Financial Analysis & Statements
Typical Requirements of Annual Report:
An annual report is a financial document that a public company prepares for its shareholders. These reports are be used by potential investors and securities analysts to evaluate a company’s stock and encourage investor to invest in your company. The report is usually the best source of information for most people to determine the financial health of a company. An annual report gives a basic overview of the company over the past year. It usually includes: an opening letter from the CEO, a business profile, a management analysis, and financial data.
*To get an idea of what a shareholder is I would encourage you to download 1-2 shareholder reports from publicly traded companies.
Here’s a basic overview of what is contained in a traditional annual report:
This is generally the first part of an annual report. The chairman’s letter will set the tone, establish a theme, and most importantly summarize the report for the readers. The letter will highlight the company’s accomplishments for the year, as well as the company’s failures. The letter will state what led to the company’s successes and will also address how it dealt with its failures or issues.
The chairman’s letter will provide an analysis of overall business performance, insights into the markets it’s in, and any opportunities for growth. The letter will also point out any challenges or risks facing the company such as changing market conditions, recent scandals, consumer trends, etc. The letter often ends by giving a sense of corporate direction for the next year.
* Your team will need to pick a CEO and designate positions for the other players.
The business profile is a basic element of an annual report. This section describes the company and includes the following information: what it does to generate revenue, its products/services, its operations, subsidiaries it owns (if any), the market it is competing in (including competitors), and risk factors for the business.
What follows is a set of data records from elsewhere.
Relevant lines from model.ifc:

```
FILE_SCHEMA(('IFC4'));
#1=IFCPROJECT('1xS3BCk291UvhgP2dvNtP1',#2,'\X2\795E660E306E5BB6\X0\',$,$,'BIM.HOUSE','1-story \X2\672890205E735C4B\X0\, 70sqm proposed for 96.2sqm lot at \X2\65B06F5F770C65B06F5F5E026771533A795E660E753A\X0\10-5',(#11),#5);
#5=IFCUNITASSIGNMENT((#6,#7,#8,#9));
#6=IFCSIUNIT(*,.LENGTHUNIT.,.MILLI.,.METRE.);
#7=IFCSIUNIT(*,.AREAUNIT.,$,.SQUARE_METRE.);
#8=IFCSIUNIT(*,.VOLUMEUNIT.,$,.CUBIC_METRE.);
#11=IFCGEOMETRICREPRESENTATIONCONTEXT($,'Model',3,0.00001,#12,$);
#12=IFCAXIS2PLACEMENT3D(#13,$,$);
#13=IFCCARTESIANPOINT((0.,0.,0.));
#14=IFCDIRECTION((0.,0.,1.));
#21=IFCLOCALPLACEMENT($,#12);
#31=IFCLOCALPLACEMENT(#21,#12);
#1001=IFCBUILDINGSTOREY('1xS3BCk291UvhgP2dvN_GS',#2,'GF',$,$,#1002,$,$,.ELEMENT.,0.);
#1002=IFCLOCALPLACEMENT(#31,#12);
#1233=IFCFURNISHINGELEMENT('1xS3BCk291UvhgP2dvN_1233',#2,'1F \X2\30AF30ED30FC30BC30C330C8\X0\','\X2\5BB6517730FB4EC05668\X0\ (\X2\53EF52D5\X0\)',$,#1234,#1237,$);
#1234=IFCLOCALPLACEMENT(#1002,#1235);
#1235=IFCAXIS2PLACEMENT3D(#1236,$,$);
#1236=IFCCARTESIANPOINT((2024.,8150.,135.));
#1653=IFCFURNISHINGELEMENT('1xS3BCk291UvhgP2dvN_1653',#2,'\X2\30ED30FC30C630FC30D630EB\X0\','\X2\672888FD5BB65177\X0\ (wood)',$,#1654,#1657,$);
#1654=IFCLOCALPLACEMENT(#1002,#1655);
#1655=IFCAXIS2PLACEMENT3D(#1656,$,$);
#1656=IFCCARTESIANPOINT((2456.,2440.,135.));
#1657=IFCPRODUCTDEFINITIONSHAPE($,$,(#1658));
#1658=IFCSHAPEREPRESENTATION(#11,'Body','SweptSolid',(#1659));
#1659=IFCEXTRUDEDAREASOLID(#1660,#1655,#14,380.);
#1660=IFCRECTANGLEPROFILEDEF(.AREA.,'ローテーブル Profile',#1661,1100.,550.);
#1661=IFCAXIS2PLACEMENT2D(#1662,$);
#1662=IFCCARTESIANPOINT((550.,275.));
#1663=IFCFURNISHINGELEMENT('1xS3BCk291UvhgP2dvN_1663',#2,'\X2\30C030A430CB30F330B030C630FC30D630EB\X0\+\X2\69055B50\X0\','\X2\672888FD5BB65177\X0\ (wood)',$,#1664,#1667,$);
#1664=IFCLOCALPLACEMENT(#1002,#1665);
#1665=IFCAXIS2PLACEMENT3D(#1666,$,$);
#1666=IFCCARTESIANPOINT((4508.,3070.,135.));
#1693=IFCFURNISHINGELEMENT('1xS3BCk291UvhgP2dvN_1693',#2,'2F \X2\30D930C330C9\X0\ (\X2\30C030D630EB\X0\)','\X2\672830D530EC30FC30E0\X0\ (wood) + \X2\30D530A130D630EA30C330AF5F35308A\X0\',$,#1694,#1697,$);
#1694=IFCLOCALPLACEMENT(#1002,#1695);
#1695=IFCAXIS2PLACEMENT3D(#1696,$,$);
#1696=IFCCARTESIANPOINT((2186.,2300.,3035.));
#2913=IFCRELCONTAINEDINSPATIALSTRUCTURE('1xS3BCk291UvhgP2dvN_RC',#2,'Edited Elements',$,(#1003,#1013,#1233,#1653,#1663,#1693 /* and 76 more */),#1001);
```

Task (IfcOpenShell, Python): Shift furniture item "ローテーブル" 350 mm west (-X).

```python
import ifcopenshell
import ifcopenshell.api.geometry
import ifcopenshell.util.placement

model = ifcopenshell.open("model.ifc")

item = model.by_id(1653)
matrix = ifcopenshell.util.placement.get_local_placement(item.ObjectPlacement)
matrix[0, 3] -= 350.0
ifcopenshell.api.geometry.edit_object_placement(model, product=item, matrix=matrix, is_si=False)

print(ifcopenshell.util.placement.get_local_placement(item.ObjectPlacement).round(3) + 0.0)

model.write("model_rev.ifc")
```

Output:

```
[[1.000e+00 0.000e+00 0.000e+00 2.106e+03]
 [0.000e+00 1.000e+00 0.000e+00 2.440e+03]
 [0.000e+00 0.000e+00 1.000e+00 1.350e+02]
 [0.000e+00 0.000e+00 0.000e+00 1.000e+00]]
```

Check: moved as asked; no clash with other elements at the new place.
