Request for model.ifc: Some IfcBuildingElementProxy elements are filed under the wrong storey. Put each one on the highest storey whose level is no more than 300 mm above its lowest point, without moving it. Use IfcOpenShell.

First a look at what the model holds.

```python
import ifcopenshell
import ifcopenshell.util.element
import ifcopenshell.util.placement

model = ifcopenshell.open("model.ifc")
print(model.schema)
for storey in model.by_type("IfcBuildingStorey"):
    level = ifcopenshell.util.placement.get_storey_elevation(storey)
    count = sum(e.is_a("IfcBuildingElementProxy") for e in ifcopenshell.util.element.get_contained(storey))
    print(storey.id(), storey.Name, round(level, 3), count, sep=" | ")
```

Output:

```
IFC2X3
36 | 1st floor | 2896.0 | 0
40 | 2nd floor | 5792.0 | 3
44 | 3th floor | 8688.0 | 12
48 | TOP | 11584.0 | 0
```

```python
import ifcopenshell
import ifcopenshell.api.spatial
import ifcopenshell.geom
import ifcopenshell.util.element
import ifcopenshell.util.placement
import ifcopenshell.util.shape
import ifcopenshell.util.unit

model = ifcopenshell.open("model.ifc")
unit_scale = ifcopenshell.util.unit.calculate_unit_scale(model)
settings = ifcopenshell.geom.settings()

levels = sorted(
    ((ifcopenshell.util.placement.get_storey_elevation(s) * unit_scale, s) for s in model.by_type("IfcBuildingStorey")),
    key=lambda pair: pair[0],
)

for e in model.by_type("IfcBuildingElementProxy"):
    current = e.ContainedInStructure[0].RelatingStructure if e.ContainedInStructure else None
    if current is None or not current.is_a("IfcBuildingStorey"):
        continue
    shape = ifcopenshell.geom.create_shape(settings, e)
    bottom = ifcopenshell.util.shape.get_shape_bottom_elevation(shape, shape.geometry)
    below = [s for level, s in levels if level <= bottom + 0.3]
    storey = below[-1] if below else levels[0][1]
    if storey != current:
        # assign_container keeps the world position.
        ifcopenshell.api.spatial.assign_container(model, products=[e], relating_structure=storey)
        print(e.id(), current.Name, "->", storey.Name)

model.write("model-out.ifc")
```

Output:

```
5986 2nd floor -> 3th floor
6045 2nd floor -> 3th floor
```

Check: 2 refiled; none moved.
Major changes made in the past year are also highlighted such as new products, sales/marketing shifts, new services, seasonal factors (ex the holiday season), or any special operating costs.
In this section, management discusses the company’s operations in detail. Management will compare this year’s results to results from the past. Management will often use charts and graphs to highlight the most important data. Towards the end of the analysis, management will outline its own expectations and plans for the company’s future growth.
*All charts and graphs will need to be put in appendix as they do not count toward page length, but you will need to refer to them within the main body by numbering them and make sure you discuss them within the management as well as financial analysis below (see Figure 1) or (see Table 2).
Financial Analysis & Statements
What’s a report without numbers? In the report, the company presents the basic financial statements. Most businesses won’t provide all the financial statements because that generally causes information overload, and most readers of the report won’t go through everything. However, they can be downloaded from the information provided in the BSG reports.